- Exercise details
Every line in the records below with the string "VOLUMEUNIT" needs to be copied out.

------ Data shown

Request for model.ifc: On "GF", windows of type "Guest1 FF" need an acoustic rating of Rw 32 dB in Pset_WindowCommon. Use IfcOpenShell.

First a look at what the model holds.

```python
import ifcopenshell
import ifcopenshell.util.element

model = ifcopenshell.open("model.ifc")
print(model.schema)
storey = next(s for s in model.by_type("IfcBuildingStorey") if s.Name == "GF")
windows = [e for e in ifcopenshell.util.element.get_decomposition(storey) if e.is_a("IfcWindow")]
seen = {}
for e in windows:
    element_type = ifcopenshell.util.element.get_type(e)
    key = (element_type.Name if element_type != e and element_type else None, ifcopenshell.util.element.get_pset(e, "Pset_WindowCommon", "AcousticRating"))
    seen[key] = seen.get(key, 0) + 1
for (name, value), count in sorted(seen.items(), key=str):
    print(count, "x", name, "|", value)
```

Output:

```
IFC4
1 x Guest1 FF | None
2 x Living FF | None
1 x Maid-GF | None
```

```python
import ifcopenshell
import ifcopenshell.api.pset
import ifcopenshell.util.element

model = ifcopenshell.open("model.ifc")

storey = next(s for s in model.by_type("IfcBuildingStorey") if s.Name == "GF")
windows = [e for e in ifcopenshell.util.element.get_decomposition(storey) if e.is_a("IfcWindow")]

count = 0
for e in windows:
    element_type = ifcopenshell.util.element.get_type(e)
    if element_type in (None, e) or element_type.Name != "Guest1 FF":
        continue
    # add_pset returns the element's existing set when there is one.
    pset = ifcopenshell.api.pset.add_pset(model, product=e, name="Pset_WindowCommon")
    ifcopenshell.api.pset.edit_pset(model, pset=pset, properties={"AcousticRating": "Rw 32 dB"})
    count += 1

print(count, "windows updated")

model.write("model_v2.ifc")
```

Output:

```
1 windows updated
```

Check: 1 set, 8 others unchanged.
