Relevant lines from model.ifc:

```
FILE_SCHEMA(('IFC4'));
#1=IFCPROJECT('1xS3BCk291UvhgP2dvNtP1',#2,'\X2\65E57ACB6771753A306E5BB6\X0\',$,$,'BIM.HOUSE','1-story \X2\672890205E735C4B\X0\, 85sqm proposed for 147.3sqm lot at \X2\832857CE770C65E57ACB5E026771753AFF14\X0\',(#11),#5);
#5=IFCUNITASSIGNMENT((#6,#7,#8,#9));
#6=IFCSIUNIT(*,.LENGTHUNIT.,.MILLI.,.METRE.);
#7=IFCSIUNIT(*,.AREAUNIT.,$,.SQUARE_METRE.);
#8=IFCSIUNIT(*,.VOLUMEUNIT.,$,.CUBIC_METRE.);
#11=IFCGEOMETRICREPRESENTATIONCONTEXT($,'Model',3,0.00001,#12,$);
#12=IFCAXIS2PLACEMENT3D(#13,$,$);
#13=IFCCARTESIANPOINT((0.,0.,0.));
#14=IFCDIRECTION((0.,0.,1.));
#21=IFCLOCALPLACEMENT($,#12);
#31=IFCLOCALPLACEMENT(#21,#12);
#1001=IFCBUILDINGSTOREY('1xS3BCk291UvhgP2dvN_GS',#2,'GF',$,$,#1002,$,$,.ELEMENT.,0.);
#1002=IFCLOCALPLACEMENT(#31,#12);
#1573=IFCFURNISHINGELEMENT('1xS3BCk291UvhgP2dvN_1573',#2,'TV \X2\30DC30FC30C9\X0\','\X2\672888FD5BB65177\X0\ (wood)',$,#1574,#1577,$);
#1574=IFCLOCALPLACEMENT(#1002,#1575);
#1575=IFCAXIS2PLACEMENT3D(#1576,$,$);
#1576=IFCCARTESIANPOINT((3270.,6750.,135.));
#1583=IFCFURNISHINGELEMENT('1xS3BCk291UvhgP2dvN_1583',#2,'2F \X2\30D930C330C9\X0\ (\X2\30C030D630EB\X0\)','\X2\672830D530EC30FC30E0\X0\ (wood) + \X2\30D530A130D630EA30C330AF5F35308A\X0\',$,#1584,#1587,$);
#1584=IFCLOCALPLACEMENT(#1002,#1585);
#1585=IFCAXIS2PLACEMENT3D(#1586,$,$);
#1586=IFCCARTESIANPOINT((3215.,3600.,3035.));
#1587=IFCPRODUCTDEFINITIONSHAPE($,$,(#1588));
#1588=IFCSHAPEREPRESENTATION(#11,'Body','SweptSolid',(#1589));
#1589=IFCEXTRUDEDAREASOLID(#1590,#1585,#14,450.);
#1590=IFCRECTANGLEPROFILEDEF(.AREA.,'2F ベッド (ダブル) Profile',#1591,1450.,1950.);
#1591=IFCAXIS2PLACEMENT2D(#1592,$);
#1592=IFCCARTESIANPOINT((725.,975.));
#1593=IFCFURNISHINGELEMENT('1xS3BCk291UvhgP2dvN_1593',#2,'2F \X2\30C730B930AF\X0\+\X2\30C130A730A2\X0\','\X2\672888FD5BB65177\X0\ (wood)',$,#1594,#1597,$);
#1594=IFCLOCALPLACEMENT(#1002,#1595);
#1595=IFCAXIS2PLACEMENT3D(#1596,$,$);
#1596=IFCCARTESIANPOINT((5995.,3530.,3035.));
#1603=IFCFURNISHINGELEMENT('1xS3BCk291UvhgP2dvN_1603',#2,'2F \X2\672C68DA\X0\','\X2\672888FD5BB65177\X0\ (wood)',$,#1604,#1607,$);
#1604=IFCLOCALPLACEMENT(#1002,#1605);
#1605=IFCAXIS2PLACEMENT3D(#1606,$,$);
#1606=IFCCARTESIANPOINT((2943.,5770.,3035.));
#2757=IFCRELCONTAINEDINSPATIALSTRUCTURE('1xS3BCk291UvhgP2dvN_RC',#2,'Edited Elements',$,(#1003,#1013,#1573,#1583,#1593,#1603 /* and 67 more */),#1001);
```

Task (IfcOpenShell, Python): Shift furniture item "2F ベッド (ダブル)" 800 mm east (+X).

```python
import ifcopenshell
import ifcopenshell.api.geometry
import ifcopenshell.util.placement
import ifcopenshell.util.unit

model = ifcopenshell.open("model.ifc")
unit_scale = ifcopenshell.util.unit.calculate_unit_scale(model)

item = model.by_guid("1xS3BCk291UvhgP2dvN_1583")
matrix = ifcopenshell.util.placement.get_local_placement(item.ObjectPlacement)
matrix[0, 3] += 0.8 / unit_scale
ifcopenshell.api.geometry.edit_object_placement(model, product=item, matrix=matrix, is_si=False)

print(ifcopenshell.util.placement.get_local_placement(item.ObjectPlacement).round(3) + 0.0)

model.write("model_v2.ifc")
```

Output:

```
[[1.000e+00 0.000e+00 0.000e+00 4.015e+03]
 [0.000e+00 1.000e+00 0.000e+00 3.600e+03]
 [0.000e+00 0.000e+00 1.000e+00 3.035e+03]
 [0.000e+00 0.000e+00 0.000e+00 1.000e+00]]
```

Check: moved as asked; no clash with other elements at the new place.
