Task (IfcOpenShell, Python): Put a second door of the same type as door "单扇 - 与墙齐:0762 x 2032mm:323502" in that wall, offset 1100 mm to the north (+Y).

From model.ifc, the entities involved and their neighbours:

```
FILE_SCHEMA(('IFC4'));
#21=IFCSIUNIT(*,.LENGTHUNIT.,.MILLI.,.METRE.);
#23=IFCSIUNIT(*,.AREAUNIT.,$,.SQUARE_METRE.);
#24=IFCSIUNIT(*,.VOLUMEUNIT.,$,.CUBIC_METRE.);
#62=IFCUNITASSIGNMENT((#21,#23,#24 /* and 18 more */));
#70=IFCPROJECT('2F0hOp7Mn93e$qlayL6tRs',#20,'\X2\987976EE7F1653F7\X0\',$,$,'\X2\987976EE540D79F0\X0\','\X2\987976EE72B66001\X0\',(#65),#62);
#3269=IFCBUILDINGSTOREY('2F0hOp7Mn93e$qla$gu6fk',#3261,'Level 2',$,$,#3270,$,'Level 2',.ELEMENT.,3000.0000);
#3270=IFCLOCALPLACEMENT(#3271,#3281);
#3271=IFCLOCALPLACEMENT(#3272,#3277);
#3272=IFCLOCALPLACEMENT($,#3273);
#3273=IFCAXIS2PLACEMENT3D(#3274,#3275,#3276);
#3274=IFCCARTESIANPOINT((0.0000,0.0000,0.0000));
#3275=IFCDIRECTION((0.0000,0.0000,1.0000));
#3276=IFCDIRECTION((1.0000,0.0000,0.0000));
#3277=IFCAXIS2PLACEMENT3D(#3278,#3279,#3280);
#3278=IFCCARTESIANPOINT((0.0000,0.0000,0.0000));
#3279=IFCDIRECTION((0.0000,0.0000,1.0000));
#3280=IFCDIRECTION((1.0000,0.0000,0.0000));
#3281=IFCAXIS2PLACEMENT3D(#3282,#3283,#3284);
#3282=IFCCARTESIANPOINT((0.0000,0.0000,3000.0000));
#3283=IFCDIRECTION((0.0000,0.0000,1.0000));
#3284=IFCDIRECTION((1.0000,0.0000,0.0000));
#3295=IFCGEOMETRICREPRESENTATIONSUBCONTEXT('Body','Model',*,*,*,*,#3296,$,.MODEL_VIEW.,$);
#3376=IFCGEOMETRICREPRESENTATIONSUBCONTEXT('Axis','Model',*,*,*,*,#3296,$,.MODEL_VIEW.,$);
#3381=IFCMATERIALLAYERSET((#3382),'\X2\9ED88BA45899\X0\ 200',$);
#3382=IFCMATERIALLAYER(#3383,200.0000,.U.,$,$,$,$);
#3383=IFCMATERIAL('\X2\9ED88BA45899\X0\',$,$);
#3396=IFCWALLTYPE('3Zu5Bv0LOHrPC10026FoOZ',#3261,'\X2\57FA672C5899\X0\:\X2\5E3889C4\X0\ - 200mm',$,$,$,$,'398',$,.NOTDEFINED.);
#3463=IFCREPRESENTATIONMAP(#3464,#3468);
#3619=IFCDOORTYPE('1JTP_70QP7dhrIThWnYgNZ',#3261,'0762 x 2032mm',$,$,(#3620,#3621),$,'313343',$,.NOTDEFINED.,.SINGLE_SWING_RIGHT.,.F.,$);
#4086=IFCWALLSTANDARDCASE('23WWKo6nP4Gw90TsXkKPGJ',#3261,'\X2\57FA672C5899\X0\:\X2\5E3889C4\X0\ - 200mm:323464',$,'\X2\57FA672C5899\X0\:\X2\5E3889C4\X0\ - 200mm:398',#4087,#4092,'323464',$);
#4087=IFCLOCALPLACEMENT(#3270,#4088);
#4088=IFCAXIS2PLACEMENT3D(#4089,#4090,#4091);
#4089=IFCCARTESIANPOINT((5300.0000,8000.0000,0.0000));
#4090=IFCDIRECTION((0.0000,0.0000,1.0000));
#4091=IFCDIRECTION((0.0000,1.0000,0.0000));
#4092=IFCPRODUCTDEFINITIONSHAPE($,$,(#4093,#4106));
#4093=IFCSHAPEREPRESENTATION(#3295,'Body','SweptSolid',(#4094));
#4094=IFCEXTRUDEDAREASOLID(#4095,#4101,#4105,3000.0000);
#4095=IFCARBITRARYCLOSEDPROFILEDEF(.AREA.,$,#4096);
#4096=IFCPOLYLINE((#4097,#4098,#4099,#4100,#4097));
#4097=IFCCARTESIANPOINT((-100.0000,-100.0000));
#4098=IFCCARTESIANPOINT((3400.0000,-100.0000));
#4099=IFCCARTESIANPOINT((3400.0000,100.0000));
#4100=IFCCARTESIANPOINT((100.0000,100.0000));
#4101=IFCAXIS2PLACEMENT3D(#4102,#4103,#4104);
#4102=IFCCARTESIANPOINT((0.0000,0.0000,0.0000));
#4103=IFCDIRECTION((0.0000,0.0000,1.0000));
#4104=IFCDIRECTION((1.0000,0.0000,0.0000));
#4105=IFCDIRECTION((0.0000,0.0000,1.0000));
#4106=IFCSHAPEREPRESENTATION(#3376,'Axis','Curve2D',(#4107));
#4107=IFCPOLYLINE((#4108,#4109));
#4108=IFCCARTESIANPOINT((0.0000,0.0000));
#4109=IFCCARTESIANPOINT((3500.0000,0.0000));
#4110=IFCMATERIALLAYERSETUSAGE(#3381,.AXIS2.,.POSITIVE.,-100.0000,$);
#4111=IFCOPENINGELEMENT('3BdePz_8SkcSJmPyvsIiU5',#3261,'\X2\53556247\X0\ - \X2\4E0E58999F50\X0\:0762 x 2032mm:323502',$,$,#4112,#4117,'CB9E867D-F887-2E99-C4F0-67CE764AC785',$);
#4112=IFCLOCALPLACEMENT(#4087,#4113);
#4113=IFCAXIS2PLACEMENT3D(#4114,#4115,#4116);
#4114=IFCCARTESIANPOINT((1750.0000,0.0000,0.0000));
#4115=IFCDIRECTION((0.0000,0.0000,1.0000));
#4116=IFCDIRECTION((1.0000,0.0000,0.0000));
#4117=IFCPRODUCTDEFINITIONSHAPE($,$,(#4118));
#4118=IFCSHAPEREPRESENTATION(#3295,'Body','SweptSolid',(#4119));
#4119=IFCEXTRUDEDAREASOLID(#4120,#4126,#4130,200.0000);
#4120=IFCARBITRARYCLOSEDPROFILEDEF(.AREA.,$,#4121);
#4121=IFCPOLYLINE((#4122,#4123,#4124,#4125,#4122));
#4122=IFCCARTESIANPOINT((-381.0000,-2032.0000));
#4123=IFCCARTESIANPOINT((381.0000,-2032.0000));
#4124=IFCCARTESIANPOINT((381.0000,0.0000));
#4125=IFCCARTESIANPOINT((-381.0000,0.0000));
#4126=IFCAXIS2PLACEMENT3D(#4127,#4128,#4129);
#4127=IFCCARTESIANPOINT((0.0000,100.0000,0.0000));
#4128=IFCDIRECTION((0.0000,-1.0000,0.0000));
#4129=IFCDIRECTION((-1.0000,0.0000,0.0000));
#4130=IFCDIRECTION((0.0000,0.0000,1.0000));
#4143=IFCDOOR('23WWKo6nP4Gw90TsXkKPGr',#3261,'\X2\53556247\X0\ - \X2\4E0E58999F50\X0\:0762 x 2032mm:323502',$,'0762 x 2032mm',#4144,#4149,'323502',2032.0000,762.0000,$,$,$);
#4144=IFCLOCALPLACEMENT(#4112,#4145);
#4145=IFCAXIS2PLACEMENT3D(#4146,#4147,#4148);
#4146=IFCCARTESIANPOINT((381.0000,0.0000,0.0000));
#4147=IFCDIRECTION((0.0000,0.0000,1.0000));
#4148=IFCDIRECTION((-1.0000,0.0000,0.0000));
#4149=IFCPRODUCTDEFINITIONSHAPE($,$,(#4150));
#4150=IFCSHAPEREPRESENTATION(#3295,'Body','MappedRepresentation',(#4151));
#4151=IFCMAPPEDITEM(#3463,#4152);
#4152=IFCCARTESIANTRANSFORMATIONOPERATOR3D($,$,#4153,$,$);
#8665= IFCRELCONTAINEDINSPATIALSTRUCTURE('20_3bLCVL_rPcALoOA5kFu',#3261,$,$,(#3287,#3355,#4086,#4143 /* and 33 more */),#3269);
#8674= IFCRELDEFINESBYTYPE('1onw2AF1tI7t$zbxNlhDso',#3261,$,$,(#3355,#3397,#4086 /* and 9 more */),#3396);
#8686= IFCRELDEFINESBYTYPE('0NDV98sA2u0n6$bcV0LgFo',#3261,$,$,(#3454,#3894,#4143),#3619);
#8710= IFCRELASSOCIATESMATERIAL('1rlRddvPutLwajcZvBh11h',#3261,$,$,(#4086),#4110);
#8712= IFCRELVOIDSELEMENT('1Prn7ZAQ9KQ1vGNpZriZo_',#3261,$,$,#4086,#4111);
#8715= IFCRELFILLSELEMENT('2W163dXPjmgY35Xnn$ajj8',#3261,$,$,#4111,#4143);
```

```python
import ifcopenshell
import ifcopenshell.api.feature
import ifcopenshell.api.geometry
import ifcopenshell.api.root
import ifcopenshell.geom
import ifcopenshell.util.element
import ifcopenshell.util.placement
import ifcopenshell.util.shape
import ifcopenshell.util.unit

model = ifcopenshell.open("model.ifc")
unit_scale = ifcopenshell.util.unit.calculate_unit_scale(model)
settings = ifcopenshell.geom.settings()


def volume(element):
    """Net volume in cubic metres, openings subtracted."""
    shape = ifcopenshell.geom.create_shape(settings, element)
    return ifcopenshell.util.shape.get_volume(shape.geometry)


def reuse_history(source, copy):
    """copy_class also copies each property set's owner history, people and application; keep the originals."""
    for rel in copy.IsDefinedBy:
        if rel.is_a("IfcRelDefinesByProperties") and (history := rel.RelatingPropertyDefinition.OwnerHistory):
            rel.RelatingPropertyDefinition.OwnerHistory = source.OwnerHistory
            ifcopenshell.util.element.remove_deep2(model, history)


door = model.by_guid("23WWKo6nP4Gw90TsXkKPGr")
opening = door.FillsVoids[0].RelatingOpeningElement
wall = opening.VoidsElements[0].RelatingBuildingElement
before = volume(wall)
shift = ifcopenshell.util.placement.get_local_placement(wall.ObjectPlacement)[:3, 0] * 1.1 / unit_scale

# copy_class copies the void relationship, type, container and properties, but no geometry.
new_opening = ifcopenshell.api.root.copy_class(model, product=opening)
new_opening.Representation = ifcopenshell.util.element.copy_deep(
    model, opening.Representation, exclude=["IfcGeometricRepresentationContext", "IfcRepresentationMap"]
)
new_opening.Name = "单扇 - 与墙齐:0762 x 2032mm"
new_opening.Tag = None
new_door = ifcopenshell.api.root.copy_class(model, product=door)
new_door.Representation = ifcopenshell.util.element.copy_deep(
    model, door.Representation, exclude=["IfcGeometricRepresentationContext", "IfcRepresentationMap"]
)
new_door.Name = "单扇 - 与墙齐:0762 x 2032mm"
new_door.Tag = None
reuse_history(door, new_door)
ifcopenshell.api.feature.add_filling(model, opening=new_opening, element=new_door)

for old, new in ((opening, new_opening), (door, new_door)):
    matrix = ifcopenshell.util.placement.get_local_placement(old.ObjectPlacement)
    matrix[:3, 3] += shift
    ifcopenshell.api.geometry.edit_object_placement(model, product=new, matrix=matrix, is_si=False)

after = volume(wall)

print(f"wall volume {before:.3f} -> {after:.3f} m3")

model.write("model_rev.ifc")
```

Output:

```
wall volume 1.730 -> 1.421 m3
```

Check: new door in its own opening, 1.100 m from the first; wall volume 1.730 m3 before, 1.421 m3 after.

------------

- Finished task
#8=IFCSIUNIT(*,.VOLUMEUNIT.,$,.CUBIC_METRE.);
#24=IFCSIUNIT(*,.VOLUMEUNIT.,$,.CUBIC_METRE.);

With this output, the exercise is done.